I wanted to add to this to say that the PC culture has turned not only into everything is a personal slight, but also a lot of PC/SJWs get offended for _other people _. I'm all for defending a friend who you know hates certain jokes, but a lot of SJWs assume offense for someone they don't even know. 

White Knights defending female gamers is a great example. I have a lot of guy friends and we make a lot of sexist jokes. I think it's funny and its never a problem when it's just my group talking. But if we need to use in-game chat the Knights come out of the woodwork getting all upset and crazy being offended on my behalf and get even more crazy defensive of me when I tell them to chill because I'm cool with the jokes. And when I make sexism jokes against myself their brain breaks or something and they shut up. It's just weird.

*edited some spelling


----------



## Corrie (Mar 28, 2017)

Soda Fox said:


> I wanted to add to this to say that the PC culture has turned not only into everything is a personal slight, but also a lot of PC/SJWs get offended for _other people _. I'm all for defending a friend who you know hates certain jokes, but a lot of SJWs assume offense for someone they don't even know.
> 
> White Knights defending female gamers is a great example. I have a lot of guy friends and we make a lot of sexist jokes. I think it's funny and its never a problem when it's just my group talking. But if we need to use in-game chat the Knights come out of the woodwork getting all upset and crazy being offended on my behalf and get even more crazy defensive of me when I tell them to chill because I'm cool with the jokes. And when I make sexism jokes against myself their brain breaks or something and they shut up. It's just weird.
> 
> *edited some spelling



Ahh!
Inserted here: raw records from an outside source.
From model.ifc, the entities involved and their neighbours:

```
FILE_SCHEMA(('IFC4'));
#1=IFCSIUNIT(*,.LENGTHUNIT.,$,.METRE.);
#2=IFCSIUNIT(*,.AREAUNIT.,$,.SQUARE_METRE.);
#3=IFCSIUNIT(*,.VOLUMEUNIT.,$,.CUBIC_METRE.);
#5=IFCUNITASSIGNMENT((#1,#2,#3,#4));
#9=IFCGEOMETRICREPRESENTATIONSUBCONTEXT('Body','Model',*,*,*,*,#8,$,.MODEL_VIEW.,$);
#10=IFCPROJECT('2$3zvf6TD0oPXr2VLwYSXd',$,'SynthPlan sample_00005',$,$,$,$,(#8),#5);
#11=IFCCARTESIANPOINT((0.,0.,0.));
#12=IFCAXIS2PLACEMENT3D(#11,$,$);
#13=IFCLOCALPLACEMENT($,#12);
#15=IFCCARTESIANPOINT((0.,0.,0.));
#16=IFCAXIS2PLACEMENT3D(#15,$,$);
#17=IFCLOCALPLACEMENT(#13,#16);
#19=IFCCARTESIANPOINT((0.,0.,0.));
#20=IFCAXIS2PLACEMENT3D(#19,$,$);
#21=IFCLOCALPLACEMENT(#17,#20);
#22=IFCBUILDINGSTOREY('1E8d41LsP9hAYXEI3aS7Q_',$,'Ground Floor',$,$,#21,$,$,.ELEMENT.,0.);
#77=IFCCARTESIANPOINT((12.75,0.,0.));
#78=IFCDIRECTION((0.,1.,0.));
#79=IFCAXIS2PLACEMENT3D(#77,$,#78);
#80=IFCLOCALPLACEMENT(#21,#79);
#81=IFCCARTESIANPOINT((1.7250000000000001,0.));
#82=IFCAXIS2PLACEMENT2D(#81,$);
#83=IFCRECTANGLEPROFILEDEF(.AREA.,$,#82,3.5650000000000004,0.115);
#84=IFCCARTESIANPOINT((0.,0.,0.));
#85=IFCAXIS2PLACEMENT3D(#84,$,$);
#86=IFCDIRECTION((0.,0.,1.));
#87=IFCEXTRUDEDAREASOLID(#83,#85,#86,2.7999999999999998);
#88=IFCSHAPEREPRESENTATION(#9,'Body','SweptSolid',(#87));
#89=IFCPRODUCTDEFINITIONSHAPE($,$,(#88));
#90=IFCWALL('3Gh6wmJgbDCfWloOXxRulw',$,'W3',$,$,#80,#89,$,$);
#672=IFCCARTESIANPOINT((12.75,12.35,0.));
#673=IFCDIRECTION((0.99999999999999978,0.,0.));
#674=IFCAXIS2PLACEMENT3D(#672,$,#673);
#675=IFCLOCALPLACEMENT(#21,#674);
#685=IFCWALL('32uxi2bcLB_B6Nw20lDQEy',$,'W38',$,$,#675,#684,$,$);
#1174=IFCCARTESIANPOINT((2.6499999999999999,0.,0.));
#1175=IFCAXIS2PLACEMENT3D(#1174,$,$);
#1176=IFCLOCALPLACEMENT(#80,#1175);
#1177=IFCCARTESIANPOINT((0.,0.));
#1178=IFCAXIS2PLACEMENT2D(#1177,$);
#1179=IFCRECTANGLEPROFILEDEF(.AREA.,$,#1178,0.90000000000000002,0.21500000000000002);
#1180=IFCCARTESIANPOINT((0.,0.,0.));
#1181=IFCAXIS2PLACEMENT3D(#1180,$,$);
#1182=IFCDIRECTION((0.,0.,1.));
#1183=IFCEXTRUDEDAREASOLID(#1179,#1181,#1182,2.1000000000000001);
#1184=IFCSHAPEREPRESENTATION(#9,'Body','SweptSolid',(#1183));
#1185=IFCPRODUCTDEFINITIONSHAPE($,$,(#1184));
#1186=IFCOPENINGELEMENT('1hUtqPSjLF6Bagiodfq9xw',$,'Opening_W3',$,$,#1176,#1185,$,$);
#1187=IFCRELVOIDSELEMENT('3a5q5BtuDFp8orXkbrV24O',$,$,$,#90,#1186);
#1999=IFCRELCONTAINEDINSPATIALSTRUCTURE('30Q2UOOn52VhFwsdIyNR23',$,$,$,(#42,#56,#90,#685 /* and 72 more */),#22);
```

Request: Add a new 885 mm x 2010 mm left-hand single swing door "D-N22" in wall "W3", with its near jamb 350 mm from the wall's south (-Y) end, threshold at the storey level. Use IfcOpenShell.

```python
import numpy as np
import ifcopenshell
import ifcopenshell.api.feature
import ifcopenshell.api.geometry
import ifcopenshell.api.root
import ifcopenshell.api.spatial
import ifcopenshell.geom
import ifcopenshell.util.element
import ifcopenshell.util.placement
import ifcopenshell.util.representation
import ifcopenshell.util.shape
import ifcopenshell.util.unit

model = ifcopenshell.open("model.ifc")
unit_scale = ifcopenshell.util.unit.calculate_unit_scale(model)
settings = ifcopenshell.geom.settings()


def volume(element):
    """Net volume in cubic metres, openings subtracted."""
    shape = ifcopenshell.geom.create_shape(settings, element)
    return ifcopenshell.util.shape.get_volume(shape.geometry)


wall = model.by_id(90)
storey = ifcopenshell.util.element.get_container(wall, ifc_class="IfcBuildingStorey")
context = ifcopenshell.util.representation.get_context(model, "Model", "Body", "MODEL_VIEW")
before = volume(wall)

width, height, from_end, sill = 0.885, 2.01, 0.35, 0.0  # metres

# The wall runs along its own X axis, and the end named is its -X end.
wall_shape = ifcopenshell.geom.create_shape(settings, wall)
x, y, z = ifcopenshell.util.shape.get_vertices(wall_shape.geometry).T
start = x.min() + from_end
face, thickness = float(y.min()), float(y.max() - y.min())
wall_matrix = ifcopenshell.util.placement.get_local_placement(wall.ObjectPlacement)
level = ifcopenshell.util.placement.get_local_placement(storey.ObjectPlacement)[2, 3]


def in_wall(x, y):
    """Placement at x, y metres in the wall's axes, at sill height."""
    matrix = wall_matrix.copy()
    matrix[:, 3] = wall_matrix @ np.array([x / unit_scale, y / unit_scale, 0.0, 1.0])
    matrix[2, 3] = level + sill / unit_scale
    return matrix


# Opening: a box that overshoots both wall faces by 50 mm.
opening = ifcopenshell.api.root.create_entity(model, ifc_class="IfcOpeningElement", predefined_type="OPENING")
box = ifcopenshell.api.geometry.add_wall_representation(
    model, context=context, length=width, height=height, thickness=thickness + 0.1
)
ifcopenshell.api.geometry.assign_representation(model, product=opening, representation=box)
ifcopenshell.api.geometry.edit_object_placement(model, product=opening, matrix=in_wall(start, face - 0.05), is_si=False)
ifcopenshell.api.feature.add_feature(model, feature=opening, element=wall)

door = ifcopenshell.api.root.create_entity(model, ifc_class="IfcDoor", name="D-N22", predefined_type="DOOR")
door.OverallWidth, door.OverallHeight = width / unit_scale, height / unit_scale
door.OperationType = "SINGLE_SWING_LEFT"
body = ifcopenshell.api.geometry.add_door_representation(
    model,
    context=context,
    overall_width=door.OverallWidth,
    overall_height=door.OverallHeight,
    operation_type="SINGLE_SWING_LEFT",
    lining_properties={"LiningDepth": thickness / unit_scale, "ThresholdDepth": thickness / unit_scale},
)
ifcopenshell.api.geometry.assign_representation(model, product=door, representation=body)
ifcopenshell.api.spatial.assign_container(model, products=[door], relating_structure=storey)
ifcopenshell.api.feature.add_filling(model, opening=opening, element=door)

# The lining spans the wall, so the door starts at the wall face.
ifcopenshell.api.geometry.edit_object_placement(model, product=door, matrix=in_wall(start, face), is_si=False)

after = volume(wall)

print(f"wall volume {before:.3f} -> {after:.3f} m3")

model.write("model_edited.ifc")
```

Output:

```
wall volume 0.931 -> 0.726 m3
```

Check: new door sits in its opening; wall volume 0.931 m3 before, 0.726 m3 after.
You're totally right!

I remember when Avril Lavigne's Hello Kitty song got a lot of hate by non Japanese people about how she was being rude towards the culture, meanwhile from what I read, no Japanese people were offended but instead were happy their culture was being spread around the world.


----------



## PizzaTotinoBoy (Mar 28, 2017)

Soda Fox said:


> I wanted to add to this to say that the PC culture has turned not only into everything is a personal slight, but also a lot of PC/SJWs get offended for _other people _. I'm all for defending a friend who you know hates certain jokes, but a lot of SJWs assume offense for someone they don't even know.
> 
> White Knights defending female gamers is a great example. I have a lot of guy friends and we make a lot of sexist jokes. I think it's funny and its never a problem when it's just my group talking. But if we need to use in-game chat the Knights come out of the woodwork getting all upset and crazy being offended on my behalf and get even more crazy defensive of me when I tell them to chill because I'm cool with the jokes. And when I make sexism jokes against myself their brain breaks or something and they shut up. It's just weird.
> 
> *edited some spelling



Yeah, that was always an anomaly to me, getting offended for others. I mean, like you said, defending friends who are hurt is right. That's just a good thing to do. But...Really when people start getting mad for something that you or a group of people are doing that's not hurting anyone, it just makes me question "why?" I never understand it, there's no need to get mad on someone's behalf if they're obviously not mad about it. That's just kind of intrusive when you think about it.


----------



## forestyne (Mar 28, 2017)

Leen said:


> You sure about that, "hon"?



I don't want another infraction for this thread, so all I'll say is that this seems extremely hypocritical of you when you look at the posts you have made on this thread.

- - - Post Merge - - -



Soda Fox said:


> I wanted to add to this to say that the PC culture has turned not only into everything is a personal slight, but also a lot of PC/SJWs get offended for _other people _. I'm all for defending a friend who you know hates certain jokes, but a lot of SJWs assume offense for someone they don't even know.
> 
> White Knights defending female gamers is a great example. I have a lot of guy friends and we make a lot of sexist jokes. I think it's funny and its never a problem when it's just my group talking. But if we need to use in-game chat the Knights come out of the woodwork getting all upset and crazy being offended on my behalf and get even more crazy defensive of me when I tell them to chill because I'm cool with the jokes. And when I make sexism jokes against myself their brain breaks or something and they shut up. It's just weird.
> 
> *edited some spelling



Being offended for others drives me mad. I mean, sure, it's okay to defend people sometimes, but you can't jump the gun and make rash assumptions because of their gender, race or sexual orientation. That kind of behaviour often does more harm than good.


----------



## Leen (Mar 28, 2017)

forestyne said:


> I don't want another infraction for this thread, so all I'll say is that this seems extremely hypocritical of you when you look at the posts you have made on this thread.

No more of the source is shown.